The Pleasure Of Their Company
Glynn Nicholas & Shaun Micallef
Arts Theatre, Sat 12 March. Season Closed


Mix two consummate professionals, an attentive audience and binary opposites and you have an entertaining evening that could have been special; an evening that promised so much more than it actually delivered.

Both Nicholas and Micallef are masters of their respective forms, both command the audience's attention while slyly upstaging each other with simple gestures and intonations. They work together well, feed off each other and allow latitude making for a show that seemingly would never be the same twice. They play to each other's strengths, letting the disparate nature of their comedic abilities to shine and fulfil audience expectations. What Nicholas achieves with a twist of his hips, a shrug of shoulders and some consummate costuming, Micallef achieves with his esoteric banter, asides and extraordinarily expressive eyebrows. I can only say watch out for their upcoming Fringe show.
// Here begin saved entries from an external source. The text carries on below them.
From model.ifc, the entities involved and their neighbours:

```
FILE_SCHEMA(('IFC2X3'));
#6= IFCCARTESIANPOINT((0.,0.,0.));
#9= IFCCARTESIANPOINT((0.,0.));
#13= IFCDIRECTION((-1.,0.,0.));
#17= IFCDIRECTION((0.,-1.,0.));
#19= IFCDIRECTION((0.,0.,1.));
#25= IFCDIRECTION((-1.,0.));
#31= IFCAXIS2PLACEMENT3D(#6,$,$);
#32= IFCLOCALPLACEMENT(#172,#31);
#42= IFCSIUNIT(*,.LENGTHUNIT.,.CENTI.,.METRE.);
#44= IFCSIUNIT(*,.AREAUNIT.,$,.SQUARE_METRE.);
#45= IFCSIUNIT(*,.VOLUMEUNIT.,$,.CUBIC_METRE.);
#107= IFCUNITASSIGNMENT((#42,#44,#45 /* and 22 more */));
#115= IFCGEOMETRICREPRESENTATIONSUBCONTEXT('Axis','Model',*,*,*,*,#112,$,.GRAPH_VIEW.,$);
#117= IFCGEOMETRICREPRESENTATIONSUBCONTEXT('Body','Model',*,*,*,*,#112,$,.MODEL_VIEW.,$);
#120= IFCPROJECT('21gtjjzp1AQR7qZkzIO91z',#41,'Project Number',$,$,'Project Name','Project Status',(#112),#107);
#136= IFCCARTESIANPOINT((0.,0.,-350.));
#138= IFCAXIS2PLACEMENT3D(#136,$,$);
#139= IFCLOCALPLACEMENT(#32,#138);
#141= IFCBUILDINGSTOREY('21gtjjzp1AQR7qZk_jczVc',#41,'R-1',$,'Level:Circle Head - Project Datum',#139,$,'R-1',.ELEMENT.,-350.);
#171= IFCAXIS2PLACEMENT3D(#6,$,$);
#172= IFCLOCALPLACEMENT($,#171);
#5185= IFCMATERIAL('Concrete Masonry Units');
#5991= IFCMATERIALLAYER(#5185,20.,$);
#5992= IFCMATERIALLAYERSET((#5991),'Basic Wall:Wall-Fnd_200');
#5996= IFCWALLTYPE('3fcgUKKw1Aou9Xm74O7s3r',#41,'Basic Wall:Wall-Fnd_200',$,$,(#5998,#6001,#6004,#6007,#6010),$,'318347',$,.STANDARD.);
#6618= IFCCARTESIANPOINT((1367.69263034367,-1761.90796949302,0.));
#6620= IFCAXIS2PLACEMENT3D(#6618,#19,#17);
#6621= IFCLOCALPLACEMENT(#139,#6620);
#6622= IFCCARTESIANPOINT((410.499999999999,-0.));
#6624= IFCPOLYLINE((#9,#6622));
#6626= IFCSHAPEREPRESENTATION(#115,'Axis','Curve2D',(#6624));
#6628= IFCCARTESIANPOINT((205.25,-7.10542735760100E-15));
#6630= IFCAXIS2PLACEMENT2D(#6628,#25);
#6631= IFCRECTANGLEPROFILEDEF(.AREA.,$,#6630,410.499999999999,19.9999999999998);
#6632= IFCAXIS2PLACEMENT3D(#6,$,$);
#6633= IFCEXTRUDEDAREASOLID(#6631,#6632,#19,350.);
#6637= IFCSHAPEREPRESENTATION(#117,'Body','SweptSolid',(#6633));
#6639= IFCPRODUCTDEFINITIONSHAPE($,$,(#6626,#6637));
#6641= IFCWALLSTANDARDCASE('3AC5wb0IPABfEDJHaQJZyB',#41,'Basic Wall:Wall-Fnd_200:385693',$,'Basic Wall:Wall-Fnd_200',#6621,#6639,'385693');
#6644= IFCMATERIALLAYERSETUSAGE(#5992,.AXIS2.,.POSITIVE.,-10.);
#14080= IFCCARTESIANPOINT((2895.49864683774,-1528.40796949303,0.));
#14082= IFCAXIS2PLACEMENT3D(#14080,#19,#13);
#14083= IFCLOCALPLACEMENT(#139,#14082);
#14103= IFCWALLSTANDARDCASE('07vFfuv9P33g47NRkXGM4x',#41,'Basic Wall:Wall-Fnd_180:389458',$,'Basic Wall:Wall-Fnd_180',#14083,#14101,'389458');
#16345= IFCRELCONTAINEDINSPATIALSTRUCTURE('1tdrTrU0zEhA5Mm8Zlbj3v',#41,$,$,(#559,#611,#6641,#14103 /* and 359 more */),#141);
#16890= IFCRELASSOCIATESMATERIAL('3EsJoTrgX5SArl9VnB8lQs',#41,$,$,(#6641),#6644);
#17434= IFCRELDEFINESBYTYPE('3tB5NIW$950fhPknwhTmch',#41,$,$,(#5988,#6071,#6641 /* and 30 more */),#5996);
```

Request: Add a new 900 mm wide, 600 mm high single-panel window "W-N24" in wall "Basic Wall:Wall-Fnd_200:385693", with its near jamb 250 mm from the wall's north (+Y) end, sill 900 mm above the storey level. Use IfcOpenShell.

```python
import numpy as np
import ifcopenshell
import ifcopenshell.api.feature
import ifcopenshell.api.geometry
import ifcopenshell.api.root
import ifcopenshell.api.spatial
import ifcopenshell.api.type
import ifcopenshell.geom
import ifcopenshell.util.element
import ifcopenshell.util.placement
import ifcopenshell.util.representation
import ifcopenshell.util.shape
import ifcopenshell.util.unit

model = ifcopenshell.open("model.ifc")
unit_scale = ifcopenshell.util.unit.calculate_unit_scale(model)
settings = ifcopenshell.geom.settings()


def volume(element):
    """Net volume in cubic metres, openings subtracted."""
    shape = ifcopenshell.geom.create_shape(settings, element)
    return ifcopenshell.util.shape.get_volume(shape.geometry)


wall = model.by_guid("3AC5wb0IPABfEDJHaQJZyB")
storey = ifcopenshell.util.element.get_container(wall, ifc_class="IfcBuildingStorey")
context = ifcopenshell.util.representation.get_context(model, "Model", "Body", "MODEL_VIEW")
before = volume(wall)

width, height, from_end, sill = 0.9, 0.6, 0.25, 0.9  # metres

# The wall runs along its own X axis, and the end named is its -X end.
wall_shape = ifcopenshell.geom.create_shape(settings, wall)
x, y, z = ifcopenshell.util.shape.get_vertices(wall_shape.geometry).T
start = x.min() + from_end
face, thickness = float(y.min()), float(y.max() - y.min())
wall_matrix = ifcopenshell.util.placement.get_local_placement(wall.ObjectPlacement)
level = ifcopenshell.util.placement.get_local_placement(storey.ObjectPlacement)[2, 3]


def in_wall(x, y):
    """Placement at x, y metres in the wall's axes, at sill height."""
    matrix = wall_matrix.copy()
    matrix[:, 3] = wall_matrix @ np.array([x / unit_scale, y / unit_scale, 0.0, 1.0])
    matrix[2, 3] = level + sill / unit_scale
    return matrix


# Opening: a box that overshoots both wall faces by 50 mm.
opening = ifcopenshell.api.root.create_entity(model, ifc_class="IfcOpeningElement")
box = ifcopenshell.api.geometry.add_wall_representation(
    model, context=context, length=width, height=height, thickness=thickness + 0.1
)
ifcopenshell.api.geometry.assign_representation(model, product=opening, representation=box)
ifcopenshell.api.geometry.edit_object_placement(model, product=opening, matrix=in_wall(start, face - 0.05), is_si=False)
ifcopenshell.api.feature.add_feature(model, feature=opening, element=wall)

window = ifcopenshell.api.root.create_entity(model, ifc_class="IfcWindow", name="W-N24")
window.OverallWidth, window.OverallHeight = width / unit_scale, height / unit_scale
body = ifcopenshell.api.geometry.add_window_representation(
    model,
    context=context,
    overall_width=window.OverallWidth,
    overall_height=window.OverallHeight,
    partition_type="SINGLE_PANEL",
)
ifcopenshell.api.geometry.assign_representation(model, product=window, representation=body)
ifcopenshell.api.spatial.assign_container(model, products=[window], relating_structure=storey)
fills = ifcopenshell.api.feature.add_filling(model, opening=opening, element=window)
fills.OwnerHistory = window.OwnerHistory  # required in IFC2X3

# IFC2X3 keeps the operation on the window style.
style = ifcopenshell.api.root.create_entity(model, ifc_class="IfcWindowStyle", name="W-N24")
style.OperationType, style.ConstructionType = "SINGLE_PANEL", "NOTDEFINED"
style.ParameterTakesPrecedence = style.Sizeable = False
ifcopenshell.api.type.assign_type(model, related_objects=[window], relating_type=style)

# Centre the window in the wall's thickness.
ifcopenshell.api.geometry.edit_object_placement(model, product=window, matrix=in_wall(start, face), is_si=False)
window_shape = ifcopenshell.geom.create_shape(settings, window)
depth = ifcopenshell.util.shape.get_vertices(window_shape.geometry)[:, 1]
offset = face + thickness / 2 - (depth.min() + depth.max()) / 2
ifcopenshell.api.geometry.edit_object_placement(model, product=window, matrix=in_wall(start, offset), is_si=False)

after = volume(wall)

print(f"wall volume {before:.3f} -> {after:.3f} m3")

model.write("model-out.ifc")
```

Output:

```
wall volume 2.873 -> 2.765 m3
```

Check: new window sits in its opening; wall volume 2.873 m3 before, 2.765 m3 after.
'The pleasure...' seems to posit the question, to mock or not to mock. Sponsors of the show are lampooned mercilessly, simultaneously poking fun at the institutional nature of the beast while gladly accepting their ability to reach an audience. Social comment sits oft uneasily with pure slapstick; the relationship between embittered materialistic son is neatly contrasted with doddery father questioning both Western social values and familial relationships.

The juxtaposition of Micallef's wordy humour and the clinical skelatal mime of Nicholas makes 'The Pleasure...' a tad episodic and thus easy to ignore if the style is not to one's liking. Audience participation then becomes vitally important. The brilliant French Restaraunt scene replete with stereotypical Gauloise chuffing chef and obnoxious waiter is an absolute pearler, even to somebody who generally disregards mime. The mixing of audience patsy and coolly confident stage professional enabled improvisation and a brief glimpse of Nicholas's undoubted timing and talent.

Background is obviously important to the show enabling barbed comments to be thrown at advertisers, authority figures and recognised figures. Stereotypes figure heavily, yet work. The appearance of Pate Biscuit, the Robert Morley-esque actor and Milo Kerrigan add an accessibility to the proceedings whilst enabling Nicholas and Micallef to poke fun at societal and cultural sacred cows.

'The Pleasure...' is a work in progress; one that needed some direction and shearing to really fulfill its clear and present promise. The abilities of the performers holds the show together and makes it an evening of mirth yet one that reeks of promise mostly unfulfilled. It is good without being brilliant, entertaining without being 'piss pants funny' but one that made me wish for more.